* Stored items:
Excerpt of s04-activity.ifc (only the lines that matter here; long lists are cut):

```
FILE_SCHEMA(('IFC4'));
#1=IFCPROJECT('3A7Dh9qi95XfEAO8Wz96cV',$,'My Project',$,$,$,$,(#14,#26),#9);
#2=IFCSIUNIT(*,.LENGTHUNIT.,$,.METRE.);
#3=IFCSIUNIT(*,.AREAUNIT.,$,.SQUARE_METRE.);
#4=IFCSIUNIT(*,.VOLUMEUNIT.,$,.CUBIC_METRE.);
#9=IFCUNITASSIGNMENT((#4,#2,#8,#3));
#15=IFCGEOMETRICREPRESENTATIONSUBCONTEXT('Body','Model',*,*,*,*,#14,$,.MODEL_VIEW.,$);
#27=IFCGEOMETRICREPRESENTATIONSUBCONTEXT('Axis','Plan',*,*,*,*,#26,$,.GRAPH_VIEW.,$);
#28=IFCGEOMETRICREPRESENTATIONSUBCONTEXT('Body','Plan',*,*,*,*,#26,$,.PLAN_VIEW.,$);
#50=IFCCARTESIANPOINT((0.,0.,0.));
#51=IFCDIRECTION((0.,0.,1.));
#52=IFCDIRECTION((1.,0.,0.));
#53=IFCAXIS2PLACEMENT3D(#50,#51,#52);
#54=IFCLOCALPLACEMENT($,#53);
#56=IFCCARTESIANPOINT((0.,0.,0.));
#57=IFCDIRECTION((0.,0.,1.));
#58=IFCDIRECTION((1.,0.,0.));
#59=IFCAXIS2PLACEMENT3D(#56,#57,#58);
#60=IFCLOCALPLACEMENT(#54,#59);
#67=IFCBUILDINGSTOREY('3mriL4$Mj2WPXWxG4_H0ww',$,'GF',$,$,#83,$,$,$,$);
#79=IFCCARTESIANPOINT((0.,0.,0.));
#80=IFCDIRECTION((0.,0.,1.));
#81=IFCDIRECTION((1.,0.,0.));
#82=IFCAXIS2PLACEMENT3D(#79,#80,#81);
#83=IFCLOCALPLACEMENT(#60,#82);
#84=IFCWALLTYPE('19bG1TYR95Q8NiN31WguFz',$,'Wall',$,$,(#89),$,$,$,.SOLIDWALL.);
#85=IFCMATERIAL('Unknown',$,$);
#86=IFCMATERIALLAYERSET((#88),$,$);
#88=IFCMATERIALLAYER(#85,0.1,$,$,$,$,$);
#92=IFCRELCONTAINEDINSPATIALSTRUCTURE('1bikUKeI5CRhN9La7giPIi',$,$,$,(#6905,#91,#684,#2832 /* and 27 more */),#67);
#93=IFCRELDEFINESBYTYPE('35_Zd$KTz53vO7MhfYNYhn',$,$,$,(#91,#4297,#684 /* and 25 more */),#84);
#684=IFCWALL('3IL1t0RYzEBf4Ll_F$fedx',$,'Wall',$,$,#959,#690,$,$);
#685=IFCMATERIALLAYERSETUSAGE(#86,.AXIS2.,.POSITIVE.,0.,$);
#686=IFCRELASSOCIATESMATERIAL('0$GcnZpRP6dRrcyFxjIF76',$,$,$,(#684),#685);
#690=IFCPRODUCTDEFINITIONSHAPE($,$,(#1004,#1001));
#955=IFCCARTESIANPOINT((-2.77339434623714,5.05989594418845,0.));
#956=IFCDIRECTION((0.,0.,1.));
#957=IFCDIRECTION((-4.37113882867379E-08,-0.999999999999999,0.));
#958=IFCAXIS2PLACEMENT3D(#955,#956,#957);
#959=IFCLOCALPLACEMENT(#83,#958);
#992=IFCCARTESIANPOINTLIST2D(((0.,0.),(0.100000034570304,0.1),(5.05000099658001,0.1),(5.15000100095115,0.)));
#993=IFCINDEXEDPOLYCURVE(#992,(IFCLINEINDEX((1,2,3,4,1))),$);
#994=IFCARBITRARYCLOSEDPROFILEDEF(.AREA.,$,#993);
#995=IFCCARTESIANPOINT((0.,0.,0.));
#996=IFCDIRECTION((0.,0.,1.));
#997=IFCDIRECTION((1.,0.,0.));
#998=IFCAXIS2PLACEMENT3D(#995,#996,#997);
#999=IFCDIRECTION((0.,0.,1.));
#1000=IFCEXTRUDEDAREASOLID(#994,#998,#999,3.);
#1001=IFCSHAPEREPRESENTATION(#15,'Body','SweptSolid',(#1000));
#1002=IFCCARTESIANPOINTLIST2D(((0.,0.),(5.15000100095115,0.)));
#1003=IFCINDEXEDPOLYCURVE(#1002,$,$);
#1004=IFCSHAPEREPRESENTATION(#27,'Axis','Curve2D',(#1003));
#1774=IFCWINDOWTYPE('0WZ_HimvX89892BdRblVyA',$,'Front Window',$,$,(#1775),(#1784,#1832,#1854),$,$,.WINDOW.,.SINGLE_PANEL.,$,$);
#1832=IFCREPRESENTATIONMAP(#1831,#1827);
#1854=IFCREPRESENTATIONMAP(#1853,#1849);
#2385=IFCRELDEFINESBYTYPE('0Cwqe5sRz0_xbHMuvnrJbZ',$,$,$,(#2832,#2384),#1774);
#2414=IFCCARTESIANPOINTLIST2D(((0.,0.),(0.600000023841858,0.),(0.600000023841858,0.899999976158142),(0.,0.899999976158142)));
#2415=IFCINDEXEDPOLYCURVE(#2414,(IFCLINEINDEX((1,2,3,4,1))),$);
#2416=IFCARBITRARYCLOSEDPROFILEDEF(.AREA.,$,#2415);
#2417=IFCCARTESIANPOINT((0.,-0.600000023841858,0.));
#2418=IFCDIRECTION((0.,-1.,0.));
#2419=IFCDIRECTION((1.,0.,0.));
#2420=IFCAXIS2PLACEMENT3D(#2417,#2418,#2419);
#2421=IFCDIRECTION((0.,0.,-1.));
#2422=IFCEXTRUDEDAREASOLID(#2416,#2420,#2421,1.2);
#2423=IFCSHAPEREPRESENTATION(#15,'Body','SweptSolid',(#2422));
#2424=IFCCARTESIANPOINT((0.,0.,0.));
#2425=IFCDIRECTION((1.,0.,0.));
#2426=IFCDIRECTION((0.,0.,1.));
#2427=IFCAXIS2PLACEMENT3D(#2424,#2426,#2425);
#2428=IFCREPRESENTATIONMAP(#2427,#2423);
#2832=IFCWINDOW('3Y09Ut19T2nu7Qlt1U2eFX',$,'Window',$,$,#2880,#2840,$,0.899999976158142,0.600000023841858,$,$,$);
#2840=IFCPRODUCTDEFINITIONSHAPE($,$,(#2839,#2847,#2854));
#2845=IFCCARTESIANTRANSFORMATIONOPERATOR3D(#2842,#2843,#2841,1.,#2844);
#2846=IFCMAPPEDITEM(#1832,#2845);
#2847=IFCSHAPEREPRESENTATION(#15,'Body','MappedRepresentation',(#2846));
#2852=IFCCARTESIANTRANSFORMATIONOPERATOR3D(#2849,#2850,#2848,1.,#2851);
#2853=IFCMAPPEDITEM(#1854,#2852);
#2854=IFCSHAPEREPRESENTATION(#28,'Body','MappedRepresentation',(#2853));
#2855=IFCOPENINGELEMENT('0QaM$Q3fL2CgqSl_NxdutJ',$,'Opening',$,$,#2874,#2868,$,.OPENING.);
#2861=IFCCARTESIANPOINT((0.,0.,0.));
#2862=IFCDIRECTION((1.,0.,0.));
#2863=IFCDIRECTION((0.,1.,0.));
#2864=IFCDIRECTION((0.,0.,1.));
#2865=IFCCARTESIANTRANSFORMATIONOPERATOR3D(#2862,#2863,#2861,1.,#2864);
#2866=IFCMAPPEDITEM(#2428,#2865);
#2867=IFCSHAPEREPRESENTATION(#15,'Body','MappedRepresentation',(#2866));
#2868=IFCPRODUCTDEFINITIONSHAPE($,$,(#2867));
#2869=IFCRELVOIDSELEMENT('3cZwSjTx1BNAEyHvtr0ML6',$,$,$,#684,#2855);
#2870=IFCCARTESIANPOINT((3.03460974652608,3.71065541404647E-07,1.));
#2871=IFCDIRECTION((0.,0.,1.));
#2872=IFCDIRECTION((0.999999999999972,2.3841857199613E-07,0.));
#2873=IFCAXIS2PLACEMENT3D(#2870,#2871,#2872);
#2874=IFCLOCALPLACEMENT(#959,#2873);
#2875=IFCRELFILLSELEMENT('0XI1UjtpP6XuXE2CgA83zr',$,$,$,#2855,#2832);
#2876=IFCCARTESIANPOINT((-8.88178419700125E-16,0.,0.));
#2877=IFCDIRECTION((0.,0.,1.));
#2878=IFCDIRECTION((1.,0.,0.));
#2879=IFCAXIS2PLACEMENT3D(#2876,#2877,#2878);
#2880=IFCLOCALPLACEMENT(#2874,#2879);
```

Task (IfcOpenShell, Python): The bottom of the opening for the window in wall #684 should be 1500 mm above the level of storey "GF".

```python
import numpy as np
import ifcopenshell
import ifcopenshell.api.geometry
import ifcopenshell.geom
import ifcopenshell.util.element
import ifcopenshell.util.placement
import ifcopenshell.util.shape
import ifcopenshell.util.unit

model = ifcopenshell.open("s04-activity.ifc")
unit_scale = ifcopenshell.util.unit.calculate_unit_scale(model)

window = model.by_id(2832)
opening = window.FillsVoids[0].RelatingOpeningElement
storey = ifcopenshell.util.element.get_container(window, ifc_class="IfcBuildingStorey")
level = ifcopenshell.util.placement.get_local_placement(storey.ObjectPlacement)[2, 3]

# The opening's origin need not be at the sill, so measure its lowest point.
shape = ifcopenshell.geom.create_shape(ifcopenshell.geom.settings(), opening)
bottom = ifcopenshell.util.shape.get_shape_bottom_elevation(shape, shape.geometry) / unit_scale
dz = level + 1.5 / unit_scale - bottom

shift = np.array([0.0, 0.0, dz])
# The window is placed relative to its opening, so it follows when the opening moves.
matrix = ifcopenshell.util.placement.get_local_placement(opening.ObjectPlacement)
matrix[:3, 3] += shift
ifcopenshell.api.geometry.edit_object_placement(
    model, product=opening, matrix=matrix, is_si=False, should_transform_children=True
)

print(f"moved by {dz * unit_scale:+.3f} m")

model.write("s04-activity_updated.ifc")
```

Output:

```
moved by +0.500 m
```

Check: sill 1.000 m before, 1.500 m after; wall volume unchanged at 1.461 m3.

* Your goal: Read the entries and show each line that mentions "IFCREPRESENTATIONMAP".

* Expected answer:
#1832=IFCREPRESENTATIONMAP(#1831,#1827);
#1854=IFCREPRESENTATIONMAP(#1853,#1849);
#2428=IFCREPRESENTATIONMAP(#2427,#2423);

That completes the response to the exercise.